> **INSTRUCTIONS FOR THE TASK**:
In the data below, find each line containing the string "IFCLOCALPLACEMENT" and return it.

[Opening THE RECORDS section]

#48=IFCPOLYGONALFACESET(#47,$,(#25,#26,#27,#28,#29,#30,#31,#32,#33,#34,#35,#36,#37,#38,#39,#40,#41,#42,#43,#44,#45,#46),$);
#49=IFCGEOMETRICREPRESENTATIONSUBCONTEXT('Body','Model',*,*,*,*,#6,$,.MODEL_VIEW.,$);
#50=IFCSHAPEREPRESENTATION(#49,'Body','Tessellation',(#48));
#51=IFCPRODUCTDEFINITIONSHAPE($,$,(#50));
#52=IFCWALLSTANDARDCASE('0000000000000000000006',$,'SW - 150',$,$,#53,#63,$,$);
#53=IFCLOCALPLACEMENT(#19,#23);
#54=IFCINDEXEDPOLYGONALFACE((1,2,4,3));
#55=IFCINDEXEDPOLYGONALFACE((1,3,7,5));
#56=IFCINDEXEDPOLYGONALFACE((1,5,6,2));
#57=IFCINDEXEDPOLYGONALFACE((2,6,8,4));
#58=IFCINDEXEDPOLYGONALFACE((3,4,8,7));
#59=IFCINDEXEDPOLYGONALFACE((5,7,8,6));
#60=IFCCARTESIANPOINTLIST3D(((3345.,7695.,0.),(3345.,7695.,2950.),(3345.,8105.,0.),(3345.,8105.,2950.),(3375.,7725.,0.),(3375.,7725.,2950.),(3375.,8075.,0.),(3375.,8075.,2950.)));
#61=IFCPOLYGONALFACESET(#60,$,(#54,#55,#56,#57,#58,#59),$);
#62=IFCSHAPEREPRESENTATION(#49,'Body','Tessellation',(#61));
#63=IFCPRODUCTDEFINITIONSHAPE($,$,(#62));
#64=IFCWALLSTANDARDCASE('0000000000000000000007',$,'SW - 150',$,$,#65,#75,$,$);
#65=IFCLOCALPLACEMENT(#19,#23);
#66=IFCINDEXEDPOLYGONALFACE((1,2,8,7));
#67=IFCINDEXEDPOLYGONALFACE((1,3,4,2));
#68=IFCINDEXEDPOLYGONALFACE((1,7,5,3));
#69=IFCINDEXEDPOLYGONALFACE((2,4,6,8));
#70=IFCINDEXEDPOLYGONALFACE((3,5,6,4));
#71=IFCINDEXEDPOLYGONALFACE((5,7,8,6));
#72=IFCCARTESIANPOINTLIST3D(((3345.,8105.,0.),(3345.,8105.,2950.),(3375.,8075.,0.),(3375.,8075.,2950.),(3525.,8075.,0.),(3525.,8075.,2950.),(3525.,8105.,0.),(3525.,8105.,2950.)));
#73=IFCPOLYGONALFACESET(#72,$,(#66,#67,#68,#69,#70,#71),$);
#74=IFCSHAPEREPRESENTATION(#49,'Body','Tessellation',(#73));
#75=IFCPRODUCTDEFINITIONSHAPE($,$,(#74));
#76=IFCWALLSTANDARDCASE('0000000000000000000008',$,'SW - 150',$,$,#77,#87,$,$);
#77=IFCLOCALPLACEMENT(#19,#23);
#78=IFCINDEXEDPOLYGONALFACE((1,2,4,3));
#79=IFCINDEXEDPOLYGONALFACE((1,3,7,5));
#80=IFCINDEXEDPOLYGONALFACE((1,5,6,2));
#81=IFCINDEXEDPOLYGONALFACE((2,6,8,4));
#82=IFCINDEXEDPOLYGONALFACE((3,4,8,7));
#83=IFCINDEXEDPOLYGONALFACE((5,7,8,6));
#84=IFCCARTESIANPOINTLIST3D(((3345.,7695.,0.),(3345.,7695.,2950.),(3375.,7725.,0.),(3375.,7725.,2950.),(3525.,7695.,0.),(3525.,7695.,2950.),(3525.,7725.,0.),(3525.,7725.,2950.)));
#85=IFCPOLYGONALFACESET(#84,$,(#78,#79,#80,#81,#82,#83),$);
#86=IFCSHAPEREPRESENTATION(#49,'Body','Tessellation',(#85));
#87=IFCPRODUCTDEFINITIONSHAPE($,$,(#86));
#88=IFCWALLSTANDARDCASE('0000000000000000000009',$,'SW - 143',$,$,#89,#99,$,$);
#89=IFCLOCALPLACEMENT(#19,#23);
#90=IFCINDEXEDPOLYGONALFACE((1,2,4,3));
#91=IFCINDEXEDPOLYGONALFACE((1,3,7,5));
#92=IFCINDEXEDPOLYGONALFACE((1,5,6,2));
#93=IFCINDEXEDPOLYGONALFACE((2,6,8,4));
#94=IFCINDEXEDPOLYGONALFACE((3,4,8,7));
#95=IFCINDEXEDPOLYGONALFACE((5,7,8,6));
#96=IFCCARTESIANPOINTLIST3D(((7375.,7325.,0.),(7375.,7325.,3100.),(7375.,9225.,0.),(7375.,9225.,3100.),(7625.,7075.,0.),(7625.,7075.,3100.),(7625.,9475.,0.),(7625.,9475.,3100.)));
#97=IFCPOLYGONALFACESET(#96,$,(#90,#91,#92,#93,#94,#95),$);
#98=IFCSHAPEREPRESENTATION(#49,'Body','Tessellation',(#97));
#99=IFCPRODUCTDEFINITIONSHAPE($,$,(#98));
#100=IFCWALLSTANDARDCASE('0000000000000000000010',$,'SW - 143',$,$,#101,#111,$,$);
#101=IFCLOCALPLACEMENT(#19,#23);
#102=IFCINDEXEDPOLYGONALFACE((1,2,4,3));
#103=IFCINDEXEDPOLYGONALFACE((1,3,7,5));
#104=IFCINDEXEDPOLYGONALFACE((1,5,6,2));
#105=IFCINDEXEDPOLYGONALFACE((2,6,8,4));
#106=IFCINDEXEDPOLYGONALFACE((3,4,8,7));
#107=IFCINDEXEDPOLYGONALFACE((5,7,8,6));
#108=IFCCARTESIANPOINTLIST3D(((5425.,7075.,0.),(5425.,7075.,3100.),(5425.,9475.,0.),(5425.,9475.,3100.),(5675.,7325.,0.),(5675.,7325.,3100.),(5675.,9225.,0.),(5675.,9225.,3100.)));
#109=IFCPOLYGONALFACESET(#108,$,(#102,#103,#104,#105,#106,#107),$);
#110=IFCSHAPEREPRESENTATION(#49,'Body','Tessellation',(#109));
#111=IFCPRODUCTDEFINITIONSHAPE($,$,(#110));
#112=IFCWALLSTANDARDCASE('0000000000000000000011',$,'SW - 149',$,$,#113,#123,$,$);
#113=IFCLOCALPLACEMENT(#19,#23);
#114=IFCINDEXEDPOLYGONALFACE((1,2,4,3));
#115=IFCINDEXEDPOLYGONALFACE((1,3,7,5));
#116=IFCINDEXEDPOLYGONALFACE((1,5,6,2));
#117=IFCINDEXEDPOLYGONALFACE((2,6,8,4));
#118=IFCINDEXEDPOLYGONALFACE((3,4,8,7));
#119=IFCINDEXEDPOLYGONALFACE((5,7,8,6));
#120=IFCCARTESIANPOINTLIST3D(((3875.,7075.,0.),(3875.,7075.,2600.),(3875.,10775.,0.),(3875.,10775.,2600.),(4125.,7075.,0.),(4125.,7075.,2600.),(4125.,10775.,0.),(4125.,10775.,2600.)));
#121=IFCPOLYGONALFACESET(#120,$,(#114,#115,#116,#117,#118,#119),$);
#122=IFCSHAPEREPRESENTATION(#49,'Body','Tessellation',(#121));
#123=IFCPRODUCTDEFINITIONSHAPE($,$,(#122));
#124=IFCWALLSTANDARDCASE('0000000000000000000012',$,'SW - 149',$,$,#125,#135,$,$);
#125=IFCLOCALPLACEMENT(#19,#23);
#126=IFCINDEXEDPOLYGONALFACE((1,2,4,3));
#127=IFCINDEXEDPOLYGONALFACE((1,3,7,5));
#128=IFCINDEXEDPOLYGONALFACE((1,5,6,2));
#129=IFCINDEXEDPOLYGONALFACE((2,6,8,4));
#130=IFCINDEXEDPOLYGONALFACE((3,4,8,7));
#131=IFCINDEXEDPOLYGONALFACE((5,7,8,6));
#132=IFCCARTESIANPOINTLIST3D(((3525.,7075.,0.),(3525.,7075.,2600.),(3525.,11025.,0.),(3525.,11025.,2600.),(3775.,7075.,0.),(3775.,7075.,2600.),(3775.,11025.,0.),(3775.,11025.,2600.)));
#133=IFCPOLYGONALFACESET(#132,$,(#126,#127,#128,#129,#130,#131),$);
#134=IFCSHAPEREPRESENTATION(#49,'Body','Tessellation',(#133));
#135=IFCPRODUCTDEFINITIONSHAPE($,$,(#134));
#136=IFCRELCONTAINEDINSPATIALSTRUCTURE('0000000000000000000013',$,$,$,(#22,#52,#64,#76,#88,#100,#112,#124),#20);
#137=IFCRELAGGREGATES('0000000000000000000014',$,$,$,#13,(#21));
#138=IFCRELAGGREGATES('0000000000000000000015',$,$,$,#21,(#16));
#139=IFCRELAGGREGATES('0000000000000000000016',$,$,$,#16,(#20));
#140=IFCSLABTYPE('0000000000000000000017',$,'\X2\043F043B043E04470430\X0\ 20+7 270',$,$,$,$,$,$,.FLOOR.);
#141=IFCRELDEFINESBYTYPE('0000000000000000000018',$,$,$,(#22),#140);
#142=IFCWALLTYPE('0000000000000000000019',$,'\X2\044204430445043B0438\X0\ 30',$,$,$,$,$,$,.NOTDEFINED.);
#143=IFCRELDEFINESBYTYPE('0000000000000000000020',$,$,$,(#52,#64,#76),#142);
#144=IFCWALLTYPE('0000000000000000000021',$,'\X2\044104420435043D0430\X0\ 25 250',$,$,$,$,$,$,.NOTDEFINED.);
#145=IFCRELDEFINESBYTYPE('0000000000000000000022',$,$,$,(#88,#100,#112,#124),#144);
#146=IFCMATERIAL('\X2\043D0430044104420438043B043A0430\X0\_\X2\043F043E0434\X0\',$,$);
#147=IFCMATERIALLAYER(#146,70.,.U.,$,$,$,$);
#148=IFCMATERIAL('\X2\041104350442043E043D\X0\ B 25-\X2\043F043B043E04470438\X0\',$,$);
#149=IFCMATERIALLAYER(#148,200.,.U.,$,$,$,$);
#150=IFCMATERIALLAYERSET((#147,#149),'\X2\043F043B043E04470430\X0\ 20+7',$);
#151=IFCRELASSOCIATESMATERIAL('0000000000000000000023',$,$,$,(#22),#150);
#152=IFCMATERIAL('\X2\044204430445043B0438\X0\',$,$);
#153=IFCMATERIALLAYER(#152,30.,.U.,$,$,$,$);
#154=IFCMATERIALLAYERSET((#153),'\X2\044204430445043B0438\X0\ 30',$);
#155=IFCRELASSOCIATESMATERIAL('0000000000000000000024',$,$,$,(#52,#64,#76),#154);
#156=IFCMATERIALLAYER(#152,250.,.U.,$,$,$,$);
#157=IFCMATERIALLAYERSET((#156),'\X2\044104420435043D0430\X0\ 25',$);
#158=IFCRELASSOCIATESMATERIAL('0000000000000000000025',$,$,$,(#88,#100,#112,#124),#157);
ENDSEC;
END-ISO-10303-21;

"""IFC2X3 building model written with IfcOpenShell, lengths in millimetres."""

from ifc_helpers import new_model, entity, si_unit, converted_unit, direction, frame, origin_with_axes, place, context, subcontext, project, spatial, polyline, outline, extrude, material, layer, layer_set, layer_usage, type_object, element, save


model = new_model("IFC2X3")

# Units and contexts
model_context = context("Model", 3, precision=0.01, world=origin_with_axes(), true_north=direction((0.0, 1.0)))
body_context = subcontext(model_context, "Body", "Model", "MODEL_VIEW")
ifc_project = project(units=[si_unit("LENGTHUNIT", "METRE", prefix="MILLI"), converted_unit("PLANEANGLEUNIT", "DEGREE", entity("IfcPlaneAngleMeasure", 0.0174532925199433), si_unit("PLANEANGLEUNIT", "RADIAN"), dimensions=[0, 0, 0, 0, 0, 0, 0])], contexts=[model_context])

[Closing THE RECORDS section]
[Opening THE RECORDS section]

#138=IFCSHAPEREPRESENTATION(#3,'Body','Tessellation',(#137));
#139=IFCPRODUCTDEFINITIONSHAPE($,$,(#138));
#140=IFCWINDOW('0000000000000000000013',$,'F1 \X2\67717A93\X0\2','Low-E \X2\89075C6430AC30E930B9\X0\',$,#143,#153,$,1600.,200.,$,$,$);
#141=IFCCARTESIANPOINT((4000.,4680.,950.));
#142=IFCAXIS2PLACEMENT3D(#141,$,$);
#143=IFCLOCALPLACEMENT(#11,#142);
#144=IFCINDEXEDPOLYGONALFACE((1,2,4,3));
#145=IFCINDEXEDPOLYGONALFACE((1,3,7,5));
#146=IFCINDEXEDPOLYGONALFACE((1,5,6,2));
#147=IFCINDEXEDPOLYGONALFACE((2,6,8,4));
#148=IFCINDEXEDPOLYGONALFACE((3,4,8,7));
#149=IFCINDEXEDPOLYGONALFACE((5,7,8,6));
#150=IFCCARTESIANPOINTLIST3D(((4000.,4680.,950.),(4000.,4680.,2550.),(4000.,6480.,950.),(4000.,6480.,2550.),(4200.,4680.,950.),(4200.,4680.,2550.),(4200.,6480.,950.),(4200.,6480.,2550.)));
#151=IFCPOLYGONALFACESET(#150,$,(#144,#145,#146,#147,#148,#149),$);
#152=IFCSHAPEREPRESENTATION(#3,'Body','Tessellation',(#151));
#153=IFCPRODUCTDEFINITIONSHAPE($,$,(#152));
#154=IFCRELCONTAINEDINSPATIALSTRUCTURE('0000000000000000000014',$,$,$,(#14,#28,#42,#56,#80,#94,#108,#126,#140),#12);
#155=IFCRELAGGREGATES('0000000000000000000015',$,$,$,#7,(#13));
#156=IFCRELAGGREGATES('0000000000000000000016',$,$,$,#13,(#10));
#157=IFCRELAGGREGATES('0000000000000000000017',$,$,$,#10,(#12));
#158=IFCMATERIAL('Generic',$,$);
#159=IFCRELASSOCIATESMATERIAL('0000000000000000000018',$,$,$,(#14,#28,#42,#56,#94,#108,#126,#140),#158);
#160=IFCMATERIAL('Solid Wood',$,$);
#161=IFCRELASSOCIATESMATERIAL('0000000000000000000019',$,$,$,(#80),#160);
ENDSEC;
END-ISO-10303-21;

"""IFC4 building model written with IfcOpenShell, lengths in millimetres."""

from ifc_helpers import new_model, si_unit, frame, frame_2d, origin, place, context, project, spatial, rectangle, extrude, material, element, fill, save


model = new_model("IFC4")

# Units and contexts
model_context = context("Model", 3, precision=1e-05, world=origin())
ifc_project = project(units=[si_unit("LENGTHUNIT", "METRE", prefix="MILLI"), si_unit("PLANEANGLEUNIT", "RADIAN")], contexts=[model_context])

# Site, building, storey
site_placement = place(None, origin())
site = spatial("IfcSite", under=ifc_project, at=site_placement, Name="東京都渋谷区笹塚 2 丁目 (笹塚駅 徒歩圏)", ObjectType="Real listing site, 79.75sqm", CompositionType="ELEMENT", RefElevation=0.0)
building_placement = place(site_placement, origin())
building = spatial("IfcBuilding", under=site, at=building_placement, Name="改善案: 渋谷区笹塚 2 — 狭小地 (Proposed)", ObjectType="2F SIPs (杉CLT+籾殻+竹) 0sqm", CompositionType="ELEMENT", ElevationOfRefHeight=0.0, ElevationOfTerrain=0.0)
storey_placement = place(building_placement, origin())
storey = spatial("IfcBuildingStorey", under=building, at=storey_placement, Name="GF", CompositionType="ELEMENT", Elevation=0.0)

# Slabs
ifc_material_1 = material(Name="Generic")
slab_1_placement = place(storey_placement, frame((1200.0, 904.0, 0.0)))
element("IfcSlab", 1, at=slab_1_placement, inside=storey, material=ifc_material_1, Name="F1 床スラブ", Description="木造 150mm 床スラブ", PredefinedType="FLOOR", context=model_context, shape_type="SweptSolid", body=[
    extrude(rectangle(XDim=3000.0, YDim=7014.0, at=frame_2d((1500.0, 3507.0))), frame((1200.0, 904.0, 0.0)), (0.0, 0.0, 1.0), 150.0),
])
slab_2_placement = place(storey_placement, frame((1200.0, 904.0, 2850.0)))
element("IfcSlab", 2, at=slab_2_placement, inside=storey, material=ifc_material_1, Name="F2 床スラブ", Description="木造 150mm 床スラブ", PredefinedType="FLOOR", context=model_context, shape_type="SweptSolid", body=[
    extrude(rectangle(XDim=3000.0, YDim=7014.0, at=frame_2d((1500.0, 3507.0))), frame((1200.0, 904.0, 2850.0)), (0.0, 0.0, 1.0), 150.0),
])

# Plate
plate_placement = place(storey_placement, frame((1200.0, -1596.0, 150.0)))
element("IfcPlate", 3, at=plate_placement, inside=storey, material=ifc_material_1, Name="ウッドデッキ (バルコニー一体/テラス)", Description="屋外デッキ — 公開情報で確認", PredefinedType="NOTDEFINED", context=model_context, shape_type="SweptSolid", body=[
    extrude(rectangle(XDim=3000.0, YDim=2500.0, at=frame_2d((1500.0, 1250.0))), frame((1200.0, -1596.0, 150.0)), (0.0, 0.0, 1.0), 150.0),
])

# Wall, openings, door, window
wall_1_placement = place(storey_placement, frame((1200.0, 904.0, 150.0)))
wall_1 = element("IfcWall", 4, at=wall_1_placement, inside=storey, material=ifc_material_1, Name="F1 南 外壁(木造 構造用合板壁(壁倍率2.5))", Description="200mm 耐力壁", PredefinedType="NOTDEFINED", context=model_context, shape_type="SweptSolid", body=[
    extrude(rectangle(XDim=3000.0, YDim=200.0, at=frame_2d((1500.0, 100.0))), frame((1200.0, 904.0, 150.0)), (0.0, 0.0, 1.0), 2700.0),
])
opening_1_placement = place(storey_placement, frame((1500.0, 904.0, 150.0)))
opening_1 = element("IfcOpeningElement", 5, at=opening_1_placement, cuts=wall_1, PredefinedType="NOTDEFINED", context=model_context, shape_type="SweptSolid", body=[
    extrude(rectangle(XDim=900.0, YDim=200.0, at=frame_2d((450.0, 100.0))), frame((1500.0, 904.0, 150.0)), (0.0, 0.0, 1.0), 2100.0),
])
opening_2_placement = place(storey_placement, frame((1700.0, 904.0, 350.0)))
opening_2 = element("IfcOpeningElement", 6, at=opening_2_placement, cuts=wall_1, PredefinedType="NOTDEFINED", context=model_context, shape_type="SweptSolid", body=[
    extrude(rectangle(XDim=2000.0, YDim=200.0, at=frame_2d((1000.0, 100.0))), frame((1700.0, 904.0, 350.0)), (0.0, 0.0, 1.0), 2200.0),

[Closing THE RECORDS section]

> **ANSWER FOR THE TASK**:
#53=IFCLOCALPLACEMENT(#19,#23);
#65=IFCLOCALPLACEMENT(#19,#23);
#77=IFCLOCALPLACEMENT(#19,#23);
#89=IFCLOCALPLACEMENT(#19,#23);
#101=IFCLOCALPLACEMENT(#19,#23);
#113=IFCLOCALPLACEMENT(#19,#23);
#125=IFCLOCALPLACEMENT(#19,#23);
#143=IFCLOCALPLACEMENT(#11,#142);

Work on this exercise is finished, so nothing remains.